Exercise details:
Please filter the data down to the lines that include the word "IFCDIMENSIONALEXPONENTS" and copy them.

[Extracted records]
---

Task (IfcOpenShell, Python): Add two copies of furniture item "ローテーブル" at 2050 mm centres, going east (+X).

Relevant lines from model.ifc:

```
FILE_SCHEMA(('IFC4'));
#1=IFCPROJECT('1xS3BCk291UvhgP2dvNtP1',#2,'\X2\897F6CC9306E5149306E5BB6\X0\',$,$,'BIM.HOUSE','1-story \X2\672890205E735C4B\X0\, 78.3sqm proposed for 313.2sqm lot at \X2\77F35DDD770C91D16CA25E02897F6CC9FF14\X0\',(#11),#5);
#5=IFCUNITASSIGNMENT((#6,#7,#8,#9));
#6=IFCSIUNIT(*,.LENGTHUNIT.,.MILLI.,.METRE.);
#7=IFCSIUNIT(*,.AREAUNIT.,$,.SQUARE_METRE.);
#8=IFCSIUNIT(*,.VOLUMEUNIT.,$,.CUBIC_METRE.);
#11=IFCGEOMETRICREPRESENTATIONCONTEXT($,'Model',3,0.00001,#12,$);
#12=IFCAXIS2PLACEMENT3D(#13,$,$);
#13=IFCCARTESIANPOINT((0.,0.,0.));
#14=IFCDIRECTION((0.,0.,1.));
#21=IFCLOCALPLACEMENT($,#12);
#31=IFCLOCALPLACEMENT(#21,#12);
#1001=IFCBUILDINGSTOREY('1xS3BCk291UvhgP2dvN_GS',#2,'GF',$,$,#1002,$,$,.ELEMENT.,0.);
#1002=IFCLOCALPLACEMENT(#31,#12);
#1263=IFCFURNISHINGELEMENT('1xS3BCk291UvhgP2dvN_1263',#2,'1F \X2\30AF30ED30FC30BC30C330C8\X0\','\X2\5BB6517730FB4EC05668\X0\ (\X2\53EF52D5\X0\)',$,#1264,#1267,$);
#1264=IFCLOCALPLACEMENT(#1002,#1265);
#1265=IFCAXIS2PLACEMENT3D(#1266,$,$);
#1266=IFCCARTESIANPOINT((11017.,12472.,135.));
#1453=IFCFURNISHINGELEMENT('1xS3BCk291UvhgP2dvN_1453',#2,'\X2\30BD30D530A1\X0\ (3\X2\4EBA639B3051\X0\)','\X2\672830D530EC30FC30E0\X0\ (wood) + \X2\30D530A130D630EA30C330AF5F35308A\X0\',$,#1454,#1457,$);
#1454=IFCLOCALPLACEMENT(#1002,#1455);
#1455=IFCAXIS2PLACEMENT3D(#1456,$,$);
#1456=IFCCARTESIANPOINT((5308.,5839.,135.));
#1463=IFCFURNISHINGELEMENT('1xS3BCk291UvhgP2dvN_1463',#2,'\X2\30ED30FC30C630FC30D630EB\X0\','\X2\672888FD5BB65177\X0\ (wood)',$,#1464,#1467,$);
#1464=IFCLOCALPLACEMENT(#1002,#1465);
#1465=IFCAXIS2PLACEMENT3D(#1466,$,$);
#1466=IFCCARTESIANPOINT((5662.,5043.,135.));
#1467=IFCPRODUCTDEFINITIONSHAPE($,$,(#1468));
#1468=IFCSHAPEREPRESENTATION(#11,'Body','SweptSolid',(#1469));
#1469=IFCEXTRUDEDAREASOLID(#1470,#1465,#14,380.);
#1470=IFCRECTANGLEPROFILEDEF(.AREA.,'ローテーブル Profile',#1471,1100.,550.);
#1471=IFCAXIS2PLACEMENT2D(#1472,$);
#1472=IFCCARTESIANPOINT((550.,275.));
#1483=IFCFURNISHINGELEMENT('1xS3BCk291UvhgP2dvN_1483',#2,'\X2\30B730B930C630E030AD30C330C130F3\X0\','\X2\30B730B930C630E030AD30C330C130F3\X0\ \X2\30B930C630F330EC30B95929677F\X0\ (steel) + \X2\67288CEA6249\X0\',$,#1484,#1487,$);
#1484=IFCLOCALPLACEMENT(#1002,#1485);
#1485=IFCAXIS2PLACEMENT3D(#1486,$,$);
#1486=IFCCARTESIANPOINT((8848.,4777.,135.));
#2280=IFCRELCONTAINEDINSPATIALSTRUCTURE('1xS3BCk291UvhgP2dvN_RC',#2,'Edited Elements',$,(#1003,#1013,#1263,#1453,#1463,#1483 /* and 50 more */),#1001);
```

```python
import numpy as np
import ifcopenshell
import ifcopenshell.api.geometry
import ifcopenshell.api.root
import ifcopenshell.util.element
import ifcopenshell.util.placement
import ifcopenshell.util.unit

model = ifcopenshell.open("model.ifc")
unit_scale = ifcopenshell.util.unit.calculate_unit_scale(model)


def reuse_history(source, copy):
    """copy_class also copies each property set's owner history, people and application; keep the originals."""
    for rel in copy.IsDefinedBy:
        if rel.is_a("IfcRelDefinesByProperties") and (history := rel.RelatingPropertyDefinition.OwnerHistory):
            rel.RelatingPropertyDefinition.OwnerHistory = source.OwnerHistory
            ifcopenshell.util.element.remove_deep2(model, history)


source = model.by_id(1463)
base = ifcopenshell.util.placement.get_local_placement(source.ObjectPlacement)
step = np.array([1.0, 0.0, 0.0]) * 2.05 / unit_scale

for i in range(1, 3):
    copy = ifcopenshell.api.root.copy_class(model, product=source)
    copy.Representation = ifcopenshell.util.element.copy_deep(
        model, source.Representation, exclude=["IfcGeometricRepresentationContext", "IfcRepresentationMap"]
    )
    reuse_history(source, copy)
    matrix = base.copy()
    matrix[:3, 3] += i * step
    print("added at", matrix[:3, 3].round(3) + 0.0)
    ifcopenshell.api.geometry.edit_object_placement(model, product=copy, matrix=matrix, is_si=False)

model.write("model_updated.ifc")
```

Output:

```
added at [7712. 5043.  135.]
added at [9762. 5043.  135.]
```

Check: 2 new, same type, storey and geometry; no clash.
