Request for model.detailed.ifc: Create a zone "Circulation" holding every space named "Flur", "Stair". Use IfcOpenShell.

First a look at what the model holds.

```python
import ifcopenshell

model = ifcopenshell.open("model.detailed.ifc")
print(model.schema)
seen = {}
for space in model.by_type("IfcSpace"):
    seen[space.LongName] = seen.get(space.LongName, 0) + 1
for name, count in sorted(seen.items(), key=str):
    print(count, "x", name)
print("zones:", [z.Name for z in model.by_type("IfcZone")][:20])
```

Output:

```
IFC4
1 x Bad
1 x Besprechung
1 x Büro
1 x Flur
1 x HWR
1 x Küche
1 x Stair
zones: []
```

```python
import ifcopenshell
import ifcopenshell.api.group
import ifcopenshell.api.root

model = ifcopenshell.open("model.detailed.ifc")

names = {"Flur", "Stair"}
spaces = [s for s in model.by_type("IfcSpace") if s.LongName in names]

zone = ifcopenshell.api.root.create_entity(model, ifc_class="IfcZone", name="Circulation")
ifcopenshell.api.group.assign_group(model, products=spaces, group=zone)
print(len(spaces), "spaces in", zone.Name)

model.write("model.detailed_edited.ifc")
```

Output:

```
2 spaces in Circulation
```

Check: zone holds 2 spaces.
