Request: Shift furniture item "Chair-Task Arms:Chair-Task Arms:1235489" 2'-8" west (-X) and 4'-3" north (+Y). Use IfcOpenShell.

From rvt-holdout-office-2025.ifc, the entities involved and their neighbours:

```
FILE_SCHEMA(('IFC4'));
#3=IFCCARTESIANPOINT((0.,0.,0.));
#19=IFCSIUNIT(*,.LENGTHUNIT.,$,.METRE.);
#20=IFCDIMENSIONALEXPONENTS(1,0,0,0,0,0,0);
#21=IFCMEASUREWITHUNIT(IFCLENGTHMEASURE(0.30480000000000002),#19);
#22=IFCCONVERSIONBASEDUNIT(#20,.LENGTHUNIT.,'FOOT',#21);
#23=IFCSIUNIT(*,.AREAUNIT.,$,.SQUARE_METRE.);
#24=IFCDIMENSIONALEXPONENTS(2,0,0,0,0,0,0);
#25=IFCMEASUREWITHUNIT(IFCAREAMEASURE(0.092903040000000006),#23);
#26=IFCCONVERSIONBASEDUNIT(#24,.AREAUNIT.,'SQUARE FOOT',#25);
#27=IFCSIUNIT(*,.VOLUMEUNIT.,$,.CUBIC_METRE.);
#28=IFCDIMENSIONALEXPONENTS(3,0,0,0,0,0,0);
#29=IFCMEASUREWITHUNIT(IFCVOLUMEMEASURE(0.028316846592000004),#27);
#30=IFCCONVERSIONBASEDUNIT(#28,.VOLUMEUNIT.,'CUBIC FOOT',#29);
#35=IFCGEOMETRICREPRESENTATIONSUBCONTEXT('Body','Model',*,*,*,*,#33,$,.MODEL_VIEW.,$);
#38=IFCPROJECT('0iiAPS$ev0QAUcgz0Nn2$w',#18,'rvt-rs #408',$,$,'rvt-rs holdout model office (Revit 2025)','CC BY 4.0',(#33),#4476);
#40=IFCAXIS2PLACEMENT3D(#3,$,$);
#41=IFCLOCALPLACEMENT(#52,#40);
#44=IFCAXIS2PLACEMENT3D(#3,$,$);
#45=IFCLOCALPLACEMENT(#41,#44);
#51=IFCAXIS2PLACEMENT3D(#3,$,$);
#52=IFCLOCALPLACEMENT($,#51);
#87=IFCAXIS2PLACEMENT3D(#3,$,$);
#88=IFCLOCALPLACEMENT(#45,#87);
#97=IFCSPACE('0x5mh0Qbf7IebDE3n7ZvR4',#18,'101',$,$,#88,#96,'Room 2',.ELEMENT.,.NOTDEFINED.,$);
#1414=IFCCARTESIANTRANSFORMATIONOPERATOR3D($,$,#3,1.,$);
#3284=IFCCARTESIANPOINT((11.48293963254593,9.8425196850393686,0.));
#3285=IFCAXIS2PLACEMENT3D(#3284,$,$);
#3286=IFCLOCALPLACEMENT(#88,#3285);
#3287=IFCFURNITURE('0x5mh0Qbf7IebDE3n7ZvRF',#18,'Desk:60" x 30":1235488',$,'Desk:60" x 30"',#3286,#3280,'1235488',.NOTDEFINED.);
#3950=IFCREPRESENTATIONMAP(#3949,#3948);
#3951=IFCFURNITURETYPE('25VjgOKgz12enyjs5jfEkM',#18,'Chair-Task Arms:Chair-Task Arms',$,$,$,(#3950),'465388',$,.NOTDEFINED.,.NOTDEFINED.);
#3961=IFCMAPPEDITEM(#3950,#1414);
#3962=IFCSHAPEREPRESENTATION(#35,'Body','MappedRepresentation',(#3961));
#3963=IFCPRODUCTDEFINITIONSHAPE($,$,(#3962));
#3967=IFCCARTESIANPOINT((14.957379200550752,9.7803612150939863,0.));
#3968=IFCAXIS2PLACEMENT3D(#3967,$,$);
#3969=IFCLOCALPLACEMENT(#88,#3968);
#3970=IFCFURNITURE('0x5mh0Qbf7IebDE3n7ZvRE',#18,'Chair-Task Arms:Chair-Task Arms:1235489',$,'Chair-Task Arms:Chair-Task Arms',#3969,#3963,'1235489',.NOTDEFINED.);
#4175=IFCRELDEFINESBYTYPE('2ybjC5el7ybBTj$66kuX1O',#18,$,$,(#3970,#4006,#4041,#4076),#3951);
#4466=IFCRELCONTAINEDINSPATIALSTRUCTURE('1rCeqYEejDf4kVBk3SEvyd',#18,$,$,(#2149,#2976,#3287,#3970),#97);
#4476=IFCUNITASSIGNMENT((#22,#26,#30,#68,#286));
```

```python
import ifcopenshell
import ifcopenshell.api.geometry
import ifcopenshell.util.placement
import ifcopenshell.util.unit

model = ifcopenshell.open("rvt-holdout-office-2025.ifc")
unit_scale = ifcopenshell.util.unit.calculate_unit_scale(model)

item = model.by_guid("0x5mh0Qbf7IebDE3n7ZvRE")
matrix = ifcopenshell.util.placement.get_local_placement(item.ObjectPlacement)
matrix[0, 3] -= 32 * 0.0254 / unit_scale
matrix[1, 3] += 51 * 0.0254 / unit_scale
ifcopenshell.api.geometry.edit_object_placement(model, product=item, matrix=matrix, is_si=False)

print(ifcopenshell.util.placement.get_local_placement(item.ObjectPlacement).round(3) + 0.0)

model.write("rvt-holdout-office-2025_v2.ifc")
```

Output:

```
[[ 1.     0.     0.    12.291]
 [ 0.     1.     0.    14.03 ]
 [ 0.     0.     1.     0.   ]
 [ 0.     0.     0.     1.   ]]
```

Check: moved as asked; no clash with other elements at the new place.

---

Answer to the exercise:
#20=IFCDIMENSIONALEXPONENTS(1,0,0,0,0,0,0);
#24=IFCDIMENSIONALEXPONENTS(2,0,0,0,0,0,0);
#28=IFCDIMENSIONALEXPONENTS(3,0,0,0,0,0,0);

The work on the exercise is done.